SEMINARS
Coloring Graphs with Forbidden Minors

2017-05-13　10:00 — 11:00

1106, Math Building

ZI-Xia Song

University of Central Florida

Zhang Xiaodong

Hadwiger's conjecture from 1943 states that for every integer $t\ge1$,  every graph either can be $t$-colored or has a subgraph that can be contracted to the complete graph on $t+1$ vertices.
As pointed out by Paul Seymour in his recent survey on Hadwiger's conjecture,   proving that graphs with no $K_7$ minor are $6$-colorable is the first case of Hadwiger's  conjecture that is still open.
It  is not  known yet whether  graphs with no $K_7$ minor are $7$-colorable.
Using a Kempe-chain argument  along with the fact that an induced path on three vertices is dominating in a graph with independence number two,  we first give a very short and computer-free proof of a recent result of  Albar and Gon\c calves and generalize it to the next step by showing  that every graph  with no $K_t$ minor is  $(2t-6)$-colorable, where $t\in\{7,8,9\}$.  We then prove that  graphs with no $K_8^-$ minor are $9$-colorable,  and  graphs with no $K_8^=$ minor are $8$-colorable.
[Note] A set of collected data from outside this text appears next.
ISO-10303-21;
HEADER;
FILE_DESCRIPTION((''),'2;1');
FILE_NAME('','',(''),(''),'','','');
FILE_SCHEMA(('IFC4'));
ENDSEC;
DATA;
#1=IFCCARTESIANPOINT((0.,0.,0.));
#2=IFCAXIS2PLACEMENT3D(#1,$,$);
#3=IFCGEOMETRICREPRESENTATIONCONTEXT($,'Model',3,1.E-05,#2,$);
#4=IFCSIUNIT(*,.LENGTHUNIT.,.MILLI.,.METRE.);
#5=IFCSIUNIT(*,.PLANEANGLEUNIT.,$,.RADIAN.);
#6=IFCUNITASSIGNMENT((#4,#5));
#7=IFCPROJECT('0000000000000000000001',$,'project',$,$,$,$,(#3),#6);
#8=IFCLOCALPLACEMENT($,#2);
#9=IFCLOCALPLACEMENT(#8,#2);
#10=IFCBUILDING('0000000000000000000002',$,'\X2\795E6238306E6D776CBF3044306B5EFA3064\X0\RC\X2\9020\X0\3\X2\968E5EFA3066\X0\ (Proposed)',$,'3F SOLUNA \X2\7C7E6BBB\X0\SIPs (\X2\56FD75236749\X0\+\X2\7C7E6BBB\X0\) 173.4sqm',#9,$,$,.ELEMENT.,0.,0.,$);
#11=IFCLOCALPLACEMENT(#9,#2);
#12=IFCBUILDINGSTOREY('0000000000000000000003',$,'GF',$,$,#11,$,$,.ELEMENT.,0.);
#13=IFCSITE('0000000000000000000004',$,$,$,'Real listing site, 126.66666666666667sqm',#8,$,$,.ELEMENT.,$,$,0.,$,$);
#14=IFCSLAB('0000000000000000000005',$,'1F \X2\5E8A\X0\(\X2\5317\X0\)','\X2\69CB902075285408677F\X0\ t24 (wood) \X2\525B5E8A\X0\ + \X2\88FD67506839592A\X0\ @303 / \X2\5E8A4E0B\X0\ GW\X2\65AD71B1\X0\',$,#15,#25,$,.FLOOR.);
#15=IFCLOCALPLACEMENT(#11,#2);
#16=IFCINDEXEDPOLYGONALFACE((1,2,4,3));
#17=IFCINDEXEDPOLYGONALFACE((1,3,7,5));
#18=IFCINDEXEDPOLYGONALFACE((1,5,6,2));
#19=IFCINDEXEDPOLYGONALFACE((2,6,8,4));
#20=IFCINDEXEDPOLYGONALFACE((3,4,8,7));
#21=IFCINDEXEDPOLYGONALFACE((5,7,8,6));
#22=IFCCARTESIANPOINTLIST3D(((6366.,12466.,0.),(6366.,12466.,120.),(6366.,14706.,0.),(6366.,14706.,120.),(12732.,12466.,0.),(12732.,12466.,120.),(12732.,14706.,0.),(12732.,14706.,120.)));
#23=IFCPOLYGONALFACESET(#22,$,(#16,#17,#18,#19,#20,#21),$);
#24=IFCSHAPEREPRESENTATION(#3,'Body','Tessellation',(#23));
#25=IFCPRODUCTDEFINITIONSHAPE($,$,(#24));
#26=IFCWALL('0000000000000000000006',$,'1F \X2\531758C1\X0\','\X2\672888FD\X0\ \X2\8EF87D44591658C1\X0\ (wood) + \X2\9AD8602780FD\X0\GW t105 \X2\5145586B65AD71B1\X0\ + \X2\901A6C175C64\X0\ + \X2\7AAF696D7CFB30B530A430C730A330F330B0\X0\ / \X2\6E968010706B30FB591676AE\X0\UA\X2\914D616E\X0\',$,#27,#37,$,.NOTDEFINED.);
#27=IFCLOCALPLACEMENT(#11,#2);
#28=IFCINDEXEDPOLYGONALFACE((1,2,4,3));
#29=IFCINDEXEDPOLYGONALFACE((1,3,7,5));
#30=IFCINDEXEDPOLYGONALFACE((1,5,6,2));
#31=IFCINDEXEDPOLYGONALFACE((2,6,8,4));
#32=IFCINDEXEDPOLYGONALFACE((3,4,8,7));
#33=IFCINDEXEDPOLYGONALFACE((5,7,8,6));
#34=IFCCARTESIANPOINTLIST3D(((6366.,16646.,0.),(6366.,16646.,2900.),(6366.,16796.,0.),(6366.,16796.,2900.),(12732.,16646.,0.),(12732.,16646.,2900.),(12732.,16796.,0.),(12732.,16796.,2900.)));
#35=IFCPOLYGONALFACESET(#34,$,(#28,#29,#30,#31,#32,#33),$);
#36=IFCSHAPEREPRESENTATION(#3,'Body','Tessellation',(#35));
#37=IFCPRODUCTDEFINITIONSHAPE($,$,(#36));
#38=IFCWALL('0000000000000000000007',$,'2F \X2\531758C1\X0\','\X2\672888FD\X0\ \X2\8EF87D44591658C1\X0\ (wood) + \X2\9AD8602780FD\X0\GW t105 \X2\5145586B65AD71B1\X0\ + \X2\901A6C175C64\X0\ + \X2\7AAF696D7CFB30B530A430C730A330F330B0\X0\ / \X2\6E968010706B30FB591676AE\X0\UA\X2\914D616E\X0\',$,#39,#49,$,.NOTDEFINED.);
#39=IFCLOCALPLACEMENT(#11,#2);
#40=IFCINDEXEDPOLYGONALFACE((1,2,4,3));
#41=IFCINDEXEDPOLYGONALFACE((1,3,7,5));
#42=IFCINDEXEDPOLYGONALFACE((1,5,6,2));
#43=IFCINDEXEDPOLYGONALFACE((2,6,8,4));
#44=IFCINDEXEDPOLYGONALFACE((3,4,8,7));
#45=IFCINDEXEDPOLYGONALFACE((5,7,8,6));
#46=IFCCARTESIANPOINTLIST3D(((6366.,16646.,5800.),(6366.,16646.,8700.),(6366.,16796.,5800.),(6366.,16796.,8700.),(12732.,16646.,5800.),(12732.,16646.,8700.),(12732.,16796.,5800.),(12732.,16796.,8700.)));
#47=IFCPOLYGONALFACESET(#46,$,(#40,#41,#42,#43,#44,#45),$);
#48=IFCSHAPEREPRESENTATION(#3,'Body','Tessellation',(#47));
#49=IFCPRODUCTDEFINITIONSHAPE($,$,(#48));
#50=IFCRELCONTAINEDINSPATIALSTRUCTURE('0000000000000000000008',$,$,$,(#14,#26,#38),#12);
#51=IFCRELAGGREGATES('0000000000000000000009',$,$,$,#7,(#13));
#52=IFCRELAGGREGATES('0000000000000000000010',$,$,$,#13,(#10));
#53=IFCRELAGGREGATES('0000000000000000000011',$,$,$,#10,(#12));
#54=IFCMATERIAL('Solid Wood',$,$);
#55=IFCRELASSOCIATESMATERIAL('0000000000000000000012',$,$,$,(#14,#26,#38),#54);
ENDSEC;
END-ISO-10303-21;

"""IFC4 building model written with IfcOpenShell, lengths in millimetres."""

from ifc_helpers import new_model, si_unit, frame, frame_2d, origin, place, context, project, spatial, rectangle, extrude, material, element, save


model = new_model("IFC4")

# Units and contexts
model_context = context("Model", 3, precision=1e-05, world=origin())
ifc_project = project(units=[si_unit("LENGTHUNIT", "METRE", prefix="MILLI"), si_unit("PLANEANGLEUNIT", "RADIAN")], contexts=[model_context])

# Site, building, storey
site_placement = place(None, origin())
site = spatial("IfcSite", under=ifc_project, at=site_placement, ObjectType="Real listing site, 126.66666666666667sqm", CompositionType="ELEMENT", RefElevation=0.0)
building_placement = place(site_placement, origin())
building = spatial("IfcBuilding", under=site, at=building_placement, Name="神戸の海沿いに建つRC造3階建て (Proposed)", ObjectType="3F SOLUNA 籾殻SIPs (国産杉+籾殻) 173.4sqm", CompositionType="ELEMENT", ElevationOfRefHeight=0.0, ElevationOfTerrain=0.0)
storey_placement = place(building_placement, origin())
storey = spatial("IfcBuildingStorey", under=building, at=storey_placement, Name="GF", CompositionType="ELEMENT", Elevation=0.0)

# Slab
ifc_material_1 = material(Name="Solid Wood")
slab_1_placement = place(storey_placement, frame((3183.0, 6233.0, 0.0)))
element("IfcSlab", 1, at=slab_1_placement, inside=storey, material=ifc_material_1, Name="1F 床(北)", Description="構造用合板 t24 (wood) 剛床 + 製材根太 @303 / 床下 GW断熱", PredefinedType="FLOOR", context=model_context, shape_type="SweptSolid", body=[
    extrude(rectangle(XDim=6366.0, YDim=2240.0, at=frame_2d((3183.0, 1120.0))), frame((3183.0, 6233.0, 0.0)), (0.0, 0.0, 1.0), 120.0),
])

# Wall
wall_1_placement = place(storey_placement, frame((3183.0, 8323.0, 0.0)))
element("IfcWall", 2, at=wall_1_placement, inside=storey, material=ifc_material_1, Name="1F 北壁", Description="木製 軸組外壁 (wood) + 高性能GW t105 充填断熱 + 通気層 + 窯業系サイディング / 準耐火・外皮UA配慮", PredefinedType="NOTDEFINED", context=model_context, shape_type="SweptSolid", body=[
    extrude(rectangle(XDim=6366.0, YDim=150.0, at=frame_2d((3183.0, 75.0))), frame((3183.0, 8323.0, 0.0)), (0.0, 0.0, 1.0), 2900.0),
])

# Wall
wall_2_placement = place(storey_placement, frame((3183.0, 8323.0, 2900.0)))
element("IfcWall", 3, at=wall_2_placement, inside=storey, material=ifc_material_1, Name="2F 北壁", Description="木製 軸組外壁 (wood) + 高性能GW t105 充填断熱 + 通気層 + 窯業系サイディング / 準耐火・外皮UA配慮", PredefinedType="NOTDEFINED", context=model_context, shape_type="SweptSolid", body=[
    extrude(rectangle(XDim=6366.0, YDim=150.0, at=frame_2d((3183.0, 75.0))), frame((3183.0, 8323.0, 2900.0)), (0.0, 0.0, 1.0), 2900.0),
])

save(model, "model.ifc")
Finally we prove that if Mader's bound for the extremal function for $K_t$ minors is true, then every graph with no $K_t$ minor is $(2t-6)$-colorable  for all $t\ge6$.  This  implies our first result. We believe that the Kempe-chain method we have developed in proving these results is of independent interest. \\

This is joint work with Martin Rolek.